College of Social Work

At the moment there is an ongoing consultation relating to the creation of a College of Social Work. Here is an explanation from the website - http://www.collegeofsocialwork.org.uk/
Welcome to the home of the campaign for an independent, professionally led national college of social work across the UK. This website is dedicated to supporting the development of a fully independent national College of Social Work which will seek to improve and support social work by providing leadership by and for the profession.

The College of Social Work will lead the development of the profession and represent it in discussions with organisations that regulate, train, work with, and are affected by social work.

For further information on BASW or the campaign for the national college of social work, please visit http://www.basw.co.uk for the latest news, information and updates.

Take part in discussions online in BASW's member-only forum at MyBASW Exchange

If you would like to get in touch with your local BASW office, please find our contact details at http://www.basw.co.uk/contact

For several decades social workers have been my colleagues on the ground floor, doing the 9-5 turn and more. I once started a talk to a local constabulary on service development and thought the reception was a bit odd: the introduction met with a frosty tone in high summer. Things settled when I revealed I was a nurse, not a social worker. The audience highlighted the need - this was well over a decade ago - for more effective out-of-hours access to social work and mental health service colleagues. Things have improved markedly and with ongoing re-organisation pressures on the NHS and social services, the need for radical change has now shifted to social work itself.
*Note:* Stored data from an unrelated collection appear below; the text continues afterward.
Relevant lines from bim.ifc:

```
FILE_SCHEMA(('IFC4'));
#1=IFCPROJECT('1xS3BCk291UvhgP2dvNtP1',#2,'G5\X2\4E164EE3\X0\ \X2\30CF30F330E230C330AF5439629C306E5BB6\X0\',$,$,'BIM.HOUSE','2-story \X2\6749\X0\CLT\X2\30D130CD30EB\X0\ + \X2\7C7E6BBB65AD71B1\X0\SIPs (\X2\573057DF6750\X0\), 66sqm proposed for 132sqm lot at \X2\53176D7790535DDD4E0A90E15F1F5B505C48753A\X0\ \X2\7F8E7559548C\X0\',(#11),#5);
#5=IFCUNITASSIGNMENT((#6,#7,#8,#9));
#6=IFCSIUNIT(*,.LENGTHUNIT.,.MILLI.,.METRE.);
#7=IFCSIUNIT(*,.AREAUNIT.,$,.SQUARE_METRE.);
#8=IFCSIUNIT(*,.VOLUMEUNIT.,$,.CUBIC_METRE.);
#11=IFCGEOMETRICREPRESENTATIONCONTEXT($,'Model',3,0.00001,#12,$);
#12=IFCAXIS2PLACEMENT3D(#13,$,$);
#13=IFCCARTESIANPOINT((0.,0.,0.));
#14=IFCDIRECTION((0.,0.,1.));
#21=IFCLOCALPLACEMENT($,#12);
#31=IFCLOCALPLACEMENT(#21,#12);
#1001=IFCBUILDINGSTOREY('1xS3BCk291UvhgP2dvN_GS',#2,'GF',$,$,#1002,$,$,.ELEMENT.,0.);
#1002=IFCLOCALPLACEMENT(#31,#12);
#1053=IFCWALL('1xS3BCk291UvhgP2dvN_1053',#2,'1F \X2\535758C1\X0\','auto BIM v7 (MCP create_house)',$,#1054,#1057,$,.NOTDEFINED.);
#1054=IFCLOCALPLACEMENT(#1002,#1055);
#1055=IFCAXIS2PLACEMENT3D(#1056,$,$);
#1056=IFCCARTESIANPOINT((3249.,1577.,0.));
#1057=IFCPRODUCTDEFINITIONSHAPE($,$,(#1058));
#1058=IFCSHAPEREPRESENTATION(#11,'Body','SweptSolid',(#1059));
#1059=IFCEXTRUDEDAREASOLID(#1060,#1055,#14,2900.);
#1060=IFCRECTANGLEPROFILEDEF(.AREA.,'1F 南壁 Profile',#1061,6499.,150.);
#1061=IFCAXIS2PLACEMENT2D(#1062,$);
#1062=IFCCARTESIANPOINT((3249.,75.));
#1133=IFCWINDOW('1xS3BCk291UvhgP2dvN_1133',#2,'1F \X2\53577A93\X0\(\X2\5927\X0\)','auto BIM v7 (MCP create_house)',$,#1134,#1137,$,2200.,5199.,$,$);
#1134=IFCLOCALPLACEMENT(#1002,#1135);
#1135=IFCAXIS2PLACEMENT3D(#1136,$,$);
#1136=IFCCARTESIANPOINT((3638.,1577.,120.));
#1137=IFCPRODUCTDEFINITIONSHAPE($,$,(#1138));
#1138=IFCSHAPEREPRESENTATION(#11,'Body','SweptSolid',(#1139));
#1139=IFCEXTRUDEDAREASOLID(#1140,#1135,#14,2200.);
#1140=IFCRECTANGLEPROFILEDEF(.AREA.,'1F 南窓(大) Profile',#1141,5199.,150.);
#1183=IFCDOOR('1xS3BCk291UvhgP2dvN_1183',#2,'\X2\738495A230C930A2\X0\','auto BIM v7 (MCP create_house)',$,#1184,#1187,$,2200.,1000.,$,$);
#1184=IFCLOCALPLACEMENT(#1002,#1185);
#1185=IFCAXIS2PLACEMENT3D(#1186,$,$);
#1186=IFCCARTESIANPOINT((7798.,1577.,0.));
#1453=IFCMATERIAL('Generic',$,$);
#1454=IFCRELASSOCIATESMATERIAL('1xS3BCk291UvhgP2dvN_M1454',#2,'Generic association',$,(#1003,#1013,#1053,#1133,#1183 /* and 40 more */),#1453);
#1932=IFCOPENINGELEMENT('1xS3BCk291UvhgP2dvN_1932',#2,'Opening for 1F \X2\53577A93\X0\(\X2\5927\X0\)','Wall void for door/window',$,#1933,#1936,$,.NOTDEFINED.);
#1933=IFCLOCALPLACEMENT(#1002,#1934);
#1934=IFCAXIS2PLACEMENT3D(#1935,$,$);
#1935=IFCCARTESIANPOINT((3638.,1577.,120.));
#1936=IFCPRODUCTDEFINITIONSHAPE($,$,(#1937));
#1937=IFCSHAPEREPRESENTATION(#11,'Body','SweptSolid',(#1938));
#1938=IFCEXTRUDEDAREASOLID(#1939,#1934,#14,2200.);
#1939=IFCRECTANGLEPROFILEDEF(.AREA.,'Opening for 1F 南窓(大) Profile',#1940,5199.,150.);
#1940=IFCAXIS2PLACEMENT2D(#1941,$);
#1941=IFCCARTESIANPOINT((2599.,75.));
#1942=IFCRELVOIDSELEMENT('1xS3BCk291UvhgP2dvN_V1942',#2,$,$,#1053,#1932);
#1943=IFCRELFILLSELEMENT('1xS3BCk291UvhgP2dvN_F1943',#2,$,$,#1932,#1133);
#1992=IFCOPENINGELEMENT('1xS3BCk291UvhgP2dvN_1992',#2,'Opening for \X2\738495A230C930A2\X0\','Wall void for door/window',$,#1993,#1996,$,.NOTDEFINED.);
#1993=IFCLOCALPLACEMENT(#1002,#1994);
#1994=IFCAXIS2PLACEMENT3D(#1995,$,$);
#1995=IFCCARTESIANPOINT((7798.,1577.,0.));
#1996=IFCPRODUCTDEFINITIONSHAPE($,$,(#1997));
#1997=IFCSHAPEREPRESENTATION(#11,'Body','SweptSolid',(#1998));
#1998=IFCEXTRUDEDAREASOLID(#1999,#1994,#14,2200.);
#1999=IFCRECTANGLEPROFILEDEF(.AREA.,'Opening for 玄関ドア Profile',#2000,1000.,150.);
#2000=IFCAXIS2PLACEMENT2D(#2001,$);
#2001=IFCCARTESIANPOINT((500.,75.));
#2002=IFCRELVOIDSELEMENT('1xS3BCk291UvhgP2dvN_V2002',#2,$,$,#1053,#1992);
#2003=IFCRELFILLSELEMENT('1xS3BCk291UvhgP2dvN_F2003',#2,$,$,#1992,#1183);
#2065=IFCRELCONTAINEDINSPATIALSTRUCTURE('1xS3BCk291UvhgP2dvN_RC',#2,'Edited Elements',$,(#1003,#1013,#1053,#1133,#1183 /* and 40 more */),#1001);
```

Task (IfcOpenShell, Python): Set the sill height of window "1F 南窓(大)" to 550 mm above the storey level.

```python
import numpy as np
import ifcopenshell
import ifcopenshell.api.geometry
import ifcopenshell.geom
import ifcopenshell.util.element
import ifcopenshell.util.placement
import ifcopenshell.util.shape
import ifcopenshell.util.unit

model = ifcopenshell.open("bim.ifc")
unit_scale = ifcopenshell.util.unit.calculate_unit_scale(model)

window = model.by_guid("1xS3BCk291UvhgP2dvN_1133")
opening = window.FillsVoids[0].RelatingOpeningElement
storey = ifcopenshell.util.element.get_container(window, ifc_class="IfcBuildingStorey")
level = ifcopenshell.util.placement.get_local_placement(storey.ObjectPlacement)[2, 3]

# The opening's origin need not be at the sill, so measure its lowest point.
shape = ifcopenshell.geom.create_shape(ifcopenshell.geom.settings(), opening)
bottom = ifcopenshell.util.shape.get_shape_bottom_elevation(shape, shape.geometry) / unit_scale
dz = level + 0.55 / unit_scale - bottom

shift = np.array([0.0, 0.0, dz])
# The window is not placed relative to its opening, so move both.
for product in (opening, window):
    matrix = ifcopenshell.util.placement.get_local_placement(product.ObjectPlacement)
    matrix[:3, 3] += shift
    ifcopenshell.api.geometry.edit_object_placement(model, product=product, matrix=matrix, is_si=False)

print(f"moved by {dz * unit_scale:+.3f} m")

model.write("bim-out.ifc")
```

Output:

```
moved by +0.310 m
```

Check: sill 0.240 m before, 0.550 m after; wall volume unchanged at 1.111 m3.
I do hope the new College of Social Work will consider the health career model as a potential foundational and lifelong learning resource. The qualities and relevance of the model to the social work profession are manifold, and include the model's being:
  • person-centred -
  • the model is also socially oriented (25% of the model concerns the 'social' agenda);
  • recognizes the oppositional experience of person - state / law;
  • can support reflective models of practice for new learners and established staff;
  • the vulnerable can be represented there - infants, adults, older adults ...;
  • multidisciplinary in scope, or phrased another way - discipline neutral;
  • multi-contextual in scope, individual (self), group (family, community), service (resources, policy), budgets (financial), recovery, strengths, information-education, quality and outcomes (reporting);
  • a currency to support interprofessional education and training, and -
  • prior to the above provides a tool for curriculum development.
Best wishes to our social work colleagues as they set out on their own journey, which can also provide a vehicle for sharing.